Elements of finite order in the normalizer of a maximal torus of a semisimple group
Pith reviewed 2026-05-10 17:48 UTC · model grok-4.3
The pith
The set of elements of fixed finite order in each normalizer component of a maximal torus is a finite union of irreducible torus orbits with dimension given by the Weyl element's fixed space.
A machine-rendered reading of the paper's core claim, the machinery that carries it, and where it could break.
Core claim
We prove that the set of elements of a given finite order in the connected component N_w of the normalizer N_G(T) of a maximal torus T of a semisimple group G is either empty or a disjoint union of finitely many irreducible subvarieties C_i. The dimension of each C_i equals the dimension of the subspace of fixed vectors for the action of the element w of the Weyl group W corresponding to the component N_w. Moreover, each C_i is an orbit of the action of the torus T on the component N_w by conjugation.
What carries the argument
The connected components N_w of the normalizer N_G(T) parametrized by Weyl group elements w, and the orbits of the conjugation action by the torus T.
Load-bearing premise
The normalizer decomposes into components N_w that are irreducible varieties and that the torus acts by conjugation with orbit dimensions determined solely by the fixed subspace of w.
What would settle it
Observe whether in a concrete example, such as the group SL_n over the complex numbers with a specific permutation matrix corresponding to w, the elements of order 2 in N_w form orbits of the predicted dimension or not.
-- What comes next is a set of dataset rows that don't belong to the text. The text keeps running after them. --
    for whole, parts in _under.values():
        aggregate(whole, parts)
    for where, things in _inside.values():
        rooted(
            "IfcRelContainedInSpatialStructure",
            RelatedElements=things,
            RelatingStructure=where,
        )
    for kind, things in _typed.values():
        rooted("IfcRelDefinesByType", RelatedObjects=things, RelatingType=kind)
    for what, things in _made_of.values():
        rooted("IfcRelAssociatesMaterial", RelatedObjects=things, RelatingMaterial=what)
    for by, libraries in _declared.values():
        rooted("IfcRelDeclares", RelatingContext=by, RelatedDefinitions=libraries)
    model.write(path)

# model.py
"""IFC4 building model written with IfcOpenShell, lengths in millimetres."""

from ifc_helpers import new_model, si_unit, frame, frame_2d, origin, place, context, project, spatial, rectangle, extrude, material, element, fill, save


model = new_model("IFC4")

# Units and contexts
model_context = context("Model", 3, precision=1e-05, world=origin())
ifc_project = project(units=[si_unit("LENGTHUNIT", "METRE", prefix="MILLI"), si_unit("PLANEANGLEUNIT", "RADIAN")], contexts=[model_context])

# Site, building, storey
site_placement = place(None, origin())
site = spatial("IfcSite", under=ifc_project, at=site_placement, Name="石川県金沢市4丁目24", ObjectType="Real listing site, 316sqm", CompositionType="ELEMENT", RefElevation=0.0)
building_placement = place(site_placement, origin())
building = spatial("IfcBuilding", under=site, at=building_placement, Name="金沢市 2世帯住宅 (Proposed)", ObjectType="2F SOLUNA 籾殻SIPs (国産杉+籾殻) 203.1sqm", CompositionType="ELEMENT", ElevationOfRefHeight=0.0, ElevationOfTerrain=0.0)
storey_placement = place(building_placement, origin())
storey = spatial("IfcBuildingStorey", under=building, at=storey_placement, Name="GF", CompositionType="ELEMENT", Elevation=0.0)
read the original abstract
We prove that the set of elements of a given finite order in the connected component $N_w$ of the normalizer $N_G(T)$ of a maximal torus $T$ of a semisimple group $G$ is either empty or a disjoint union of finitely many irreducible subvarieties $C_i$. The dimension of each $C_i$ equals the dimension of the subspace of fixed vectors for the action of the element $w$ of the Weyl group $W$ corresponding to the component $N_w$. Moreover, each $C_i$ is an orbit of the action of the torus $T$ on the component $N_w$ by conjugation.
Editorial analysis
A structured set of objections, weighed in public.
Referee Report
Summary. The paper proves that for a semisimple algebraic group G over an algebraically closed field with maximal torus T, and for each connected component N_w of the normalizer N_G(T) parametrized by a Weyl group element w, the locus of elements of any fixed finite order m is either empty or a finite disjoint union of irreducible subvarieties C_i. Each such C_i is a single orbit under the conjugation action of T, and has dimension equal to the dimension of the subspace of vectors in the Lie algebra fixed by the linear action of w.
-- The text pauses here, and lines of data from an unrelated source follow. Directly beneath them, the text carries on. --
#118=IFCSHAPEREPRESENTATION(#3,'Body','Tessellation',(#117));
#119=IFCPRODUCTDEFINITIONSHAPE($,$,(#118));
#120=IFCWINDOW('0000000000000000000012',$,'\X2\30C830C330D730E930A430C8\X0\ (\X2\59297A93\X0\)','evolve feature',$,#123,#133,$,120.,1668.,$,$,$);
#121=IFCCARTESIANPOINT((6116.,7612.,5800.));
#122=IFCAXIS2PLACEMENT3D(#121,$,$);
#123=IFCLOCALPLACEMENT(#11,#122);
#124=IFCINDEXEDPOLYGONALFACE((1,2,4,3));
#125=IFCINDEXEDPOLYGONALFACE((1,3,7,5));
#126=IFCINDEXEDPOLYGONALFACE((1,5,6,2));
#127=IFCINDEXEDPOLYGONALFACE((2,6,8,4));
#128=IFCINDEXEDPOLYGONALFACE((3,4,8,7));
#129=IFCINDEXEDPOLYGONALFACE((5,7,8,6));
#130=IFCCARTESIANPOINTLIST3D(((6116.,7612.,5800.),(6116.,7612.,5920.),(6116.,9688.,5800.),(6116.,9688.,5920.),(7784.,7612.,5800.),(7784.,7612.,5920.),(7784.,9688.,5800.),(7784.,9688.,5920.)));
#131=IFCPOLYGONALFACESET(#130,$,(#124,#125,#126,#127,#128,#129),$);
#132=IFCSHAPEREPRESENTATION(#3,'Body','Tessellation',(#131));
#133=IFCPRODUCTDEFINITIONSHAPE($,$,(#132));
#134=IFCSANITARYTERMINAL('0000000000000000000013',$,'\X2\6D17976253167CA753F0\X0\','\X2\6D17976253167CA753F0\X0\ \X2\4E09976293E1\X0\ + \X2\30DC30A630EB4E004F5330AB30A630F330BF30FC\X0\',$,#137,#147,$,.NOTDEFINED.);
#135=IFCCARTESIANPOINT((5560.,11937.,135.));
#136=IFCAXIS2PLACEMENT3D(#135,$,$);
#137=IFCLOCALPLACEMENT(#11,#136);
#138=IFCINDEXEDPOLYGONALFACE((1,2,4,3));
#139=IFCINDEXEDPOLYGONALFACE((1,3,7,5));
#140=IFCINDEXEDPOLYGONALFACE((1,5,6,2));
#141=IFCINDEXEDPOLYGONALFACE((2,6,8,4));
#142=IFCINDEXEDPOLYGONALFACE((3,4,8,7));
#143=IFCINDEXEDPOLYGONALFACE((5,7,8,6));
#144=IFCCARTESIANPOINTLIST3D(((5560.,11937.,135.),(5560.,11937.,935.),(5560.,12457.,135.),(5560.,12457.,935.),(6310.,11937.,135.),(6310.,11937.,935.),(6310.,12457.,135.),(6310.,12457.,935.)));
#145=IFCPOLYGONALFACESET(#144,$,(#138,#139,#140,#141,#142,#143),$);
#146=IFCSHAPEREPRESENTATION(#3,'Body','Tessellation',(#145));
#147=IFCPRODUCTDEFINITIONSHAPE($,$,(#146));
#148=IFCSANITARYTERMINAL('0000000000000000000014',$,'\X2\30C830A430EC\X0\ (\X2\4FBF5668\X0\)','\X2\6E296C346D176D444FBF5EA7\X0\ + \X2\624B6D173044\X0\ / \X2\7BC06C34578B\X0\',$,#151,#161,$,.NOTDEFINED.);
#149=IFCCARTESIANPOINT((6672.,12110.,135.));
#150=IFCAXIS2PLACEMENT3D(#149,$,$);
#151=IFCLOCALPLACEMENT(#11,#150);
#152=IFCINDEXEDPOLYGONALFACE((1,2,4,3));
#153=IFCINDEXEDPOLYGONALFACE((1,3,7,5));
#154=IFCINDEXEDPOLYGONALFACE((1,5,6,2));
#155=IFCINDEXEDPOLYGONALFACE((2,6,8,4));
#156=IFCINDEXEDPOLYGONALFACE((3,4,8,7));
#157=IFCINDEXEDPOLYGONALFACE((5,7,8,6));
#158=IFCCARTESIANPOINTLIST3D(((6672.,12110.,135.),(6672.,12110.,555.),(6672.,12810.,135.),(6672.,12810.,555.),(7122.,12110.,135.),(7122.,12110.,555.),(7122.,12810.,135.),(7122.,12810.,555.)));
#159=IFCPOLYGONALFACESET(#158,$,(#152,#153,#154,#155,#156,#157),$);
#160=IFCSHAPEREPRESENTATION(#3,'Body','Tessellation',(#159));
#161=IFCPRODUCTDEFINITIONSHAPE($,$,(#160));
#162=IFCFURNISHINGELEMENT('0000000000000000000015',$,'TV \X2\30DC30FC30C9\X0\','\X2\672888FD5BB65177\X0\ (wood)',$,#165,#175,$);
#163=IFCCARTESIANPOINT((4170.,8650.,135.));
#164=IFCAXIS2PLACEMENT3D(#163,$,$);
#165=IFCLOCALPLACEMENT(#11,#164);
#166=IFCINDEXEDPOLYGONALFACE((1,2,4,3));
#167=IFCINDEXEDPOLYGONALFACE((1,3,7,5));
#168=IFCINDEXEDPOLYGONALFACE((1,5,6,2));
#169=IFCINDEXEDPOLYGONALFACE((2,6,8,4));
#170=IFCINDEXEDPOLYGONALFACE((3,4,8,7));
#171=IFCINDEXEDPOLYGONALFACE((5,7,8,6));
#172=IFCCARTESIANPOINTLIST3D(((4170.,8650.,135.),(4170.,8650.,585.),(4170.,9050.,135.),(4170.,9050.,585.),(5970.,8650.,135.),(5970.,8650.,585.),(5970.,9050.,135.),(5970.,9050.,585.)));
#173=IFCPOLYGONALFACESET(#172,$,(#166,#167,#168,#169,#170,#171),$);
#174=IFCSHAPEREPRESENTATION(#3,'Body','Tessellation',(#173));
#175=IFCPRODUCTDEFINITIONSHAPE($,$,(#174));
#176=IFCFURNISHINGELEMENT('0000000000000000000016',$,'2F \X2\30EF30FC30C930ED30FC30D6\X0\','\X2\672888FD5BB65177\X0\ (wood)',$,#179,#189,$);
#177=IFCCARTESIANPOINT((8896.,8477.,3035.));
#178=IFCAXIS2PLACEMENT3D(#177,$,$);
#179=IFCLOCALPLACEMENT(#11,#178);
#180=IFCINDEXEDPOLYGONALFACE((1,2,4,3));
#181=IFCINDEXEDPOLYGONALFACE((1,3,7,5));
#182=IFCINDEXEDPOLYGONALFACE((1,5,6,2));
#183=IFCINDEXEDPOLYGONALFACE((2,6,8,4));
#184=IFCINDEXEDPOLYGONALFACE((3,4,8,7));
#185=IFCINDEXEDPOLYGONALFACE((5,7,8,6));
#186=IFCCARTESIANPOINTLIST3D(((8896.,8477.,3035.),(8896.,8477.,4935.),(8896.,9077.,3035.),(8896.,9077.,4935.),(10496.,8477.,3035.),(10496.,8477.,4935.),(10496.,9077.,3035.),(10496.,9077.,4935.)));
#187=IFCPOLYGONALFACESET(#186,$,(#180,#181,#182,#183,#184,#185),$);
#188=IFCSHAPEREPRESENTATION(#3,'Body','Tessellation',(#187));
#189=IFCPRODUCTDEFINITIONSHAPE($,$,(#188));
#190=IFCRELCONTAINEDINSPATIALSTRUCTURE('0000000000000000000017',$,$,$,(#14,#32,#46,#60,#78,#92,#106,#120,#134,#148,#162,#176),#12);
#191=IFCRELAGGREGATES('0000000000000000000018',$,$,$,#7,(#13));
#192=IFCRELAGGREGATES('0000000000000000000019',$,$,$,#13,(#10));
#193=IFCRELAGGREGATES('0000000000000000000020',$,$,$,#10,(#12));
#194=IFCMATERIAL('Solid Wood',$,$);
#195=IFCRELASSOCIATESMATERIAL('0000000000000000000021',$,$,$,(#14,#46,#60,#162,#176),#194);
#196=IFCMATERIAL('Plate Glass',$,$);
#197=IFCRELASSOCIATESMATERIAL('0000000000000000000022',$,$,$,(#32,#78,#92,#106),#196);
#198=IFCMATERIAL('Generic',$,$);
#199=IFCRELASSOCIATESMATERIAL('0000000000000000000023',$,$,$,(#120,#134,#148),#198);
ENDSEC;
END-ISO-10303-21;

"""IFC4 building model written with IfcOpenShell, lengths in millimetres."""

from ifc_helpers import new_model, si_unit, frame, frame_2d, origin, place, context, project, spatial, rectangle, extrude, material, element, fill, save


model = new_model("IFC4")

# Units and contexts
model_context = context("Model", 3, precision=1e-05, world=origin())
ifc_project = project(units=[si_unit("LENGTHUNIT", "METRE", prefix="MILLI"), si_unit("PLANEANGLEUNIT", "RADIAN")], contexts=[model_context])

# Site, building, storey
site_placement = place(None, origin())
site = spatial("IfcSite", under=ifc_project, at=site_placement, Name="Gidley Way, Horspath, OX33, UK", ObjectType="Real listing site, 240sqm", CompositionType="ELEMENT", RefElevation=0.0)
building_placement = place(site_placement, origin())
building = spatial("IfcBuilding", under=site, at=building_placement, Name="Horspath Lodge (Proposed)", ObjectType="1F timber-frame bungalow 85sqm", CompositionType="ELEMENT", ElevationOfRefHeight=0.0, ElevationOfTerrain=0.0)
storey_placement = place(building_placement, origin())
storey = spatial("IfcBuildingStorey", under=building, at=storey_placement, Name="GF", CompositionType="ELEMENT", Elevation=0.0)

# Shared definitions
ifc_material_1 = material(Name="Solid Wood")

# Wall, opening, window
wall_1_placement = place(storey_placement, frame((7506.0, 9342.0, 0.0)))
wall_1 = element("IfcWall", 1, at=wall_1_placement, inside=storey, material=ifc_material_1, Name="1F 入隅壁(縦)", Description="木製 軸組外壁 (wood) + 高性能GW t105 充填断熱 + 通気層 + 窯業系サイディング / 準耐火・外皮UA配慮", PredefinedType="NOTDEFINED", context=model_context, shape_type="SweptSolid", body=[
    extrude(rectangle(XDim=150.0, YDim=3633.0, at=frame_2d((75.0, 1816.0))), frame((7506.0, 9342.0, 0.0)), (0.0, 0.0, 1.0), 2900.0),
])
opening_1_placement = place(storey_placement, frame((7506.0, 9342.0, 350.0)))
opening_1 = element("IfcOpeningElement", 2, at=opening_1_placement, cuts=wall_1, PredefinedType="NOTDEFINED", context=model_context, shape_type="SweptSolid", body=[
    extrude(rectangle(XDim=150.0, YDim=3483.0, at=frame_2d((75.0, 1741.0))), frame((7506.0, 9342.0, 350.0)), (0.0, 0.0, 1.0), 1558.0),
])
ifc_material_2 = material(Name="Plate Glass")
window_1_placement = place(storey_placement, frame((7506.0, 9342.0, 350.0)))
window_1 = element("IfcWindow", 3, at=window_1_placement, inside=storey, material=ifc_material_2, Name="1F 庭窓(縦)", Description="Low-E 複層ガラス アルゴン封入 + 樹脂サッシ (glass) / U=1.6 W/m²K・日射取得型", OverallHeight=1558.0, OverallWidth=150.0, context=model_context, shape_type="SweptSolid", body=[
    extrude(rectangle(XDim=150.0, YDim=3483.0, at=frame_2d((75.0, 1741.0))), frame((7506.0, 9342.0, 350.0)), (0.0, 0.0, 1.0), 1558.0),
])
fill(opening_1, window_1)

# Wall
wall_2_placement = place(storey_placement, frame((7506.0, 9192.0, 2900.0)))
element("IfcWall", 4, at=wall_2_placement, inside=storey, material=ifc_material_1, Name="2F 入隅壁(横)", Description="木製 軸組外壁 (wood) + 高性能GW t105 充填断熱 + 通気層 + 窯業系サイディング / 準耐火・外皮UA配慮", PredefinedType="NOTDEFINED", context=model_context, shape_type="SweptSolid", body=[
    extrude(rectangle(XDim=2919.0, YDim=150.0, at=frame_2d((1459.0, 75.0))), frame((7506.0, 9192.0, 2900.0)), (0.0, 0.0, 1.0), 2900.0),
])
Significance. If the result holds, it gives a clean geometric and representation-theoretic description of torsion elements in normalizer components, directly linking their dimensions and orbit structure to the fixed-space dimensions of Weyl group elements. This refines standard facts about Bruhat decomposition and conjugation actions, and may be useful for studying centralizers, conjugacy classes, or arithmetic invariants in semisimple groups. The argument invokes only classical properties of root systems, algebraic group actions, and irreducible varieties, with no ad-hoc parameters or characteristic restrictions.
minor comments (3)
- The introduction would benefit from a brief comparison with known results on finite-order elements in G itself (e.g., via the work of Steinberg or Springer on regular semisimple elements) to clarify the novelty of the normalizer case.
- Notation for the components N_w and the finite-order condition should be introduced with an explicit reference to the standard identification N_w ≅ T ⋊ <w> (or the corresponding twisted torsor) early in §2, to make the orbit-stabilizer step fully transparent.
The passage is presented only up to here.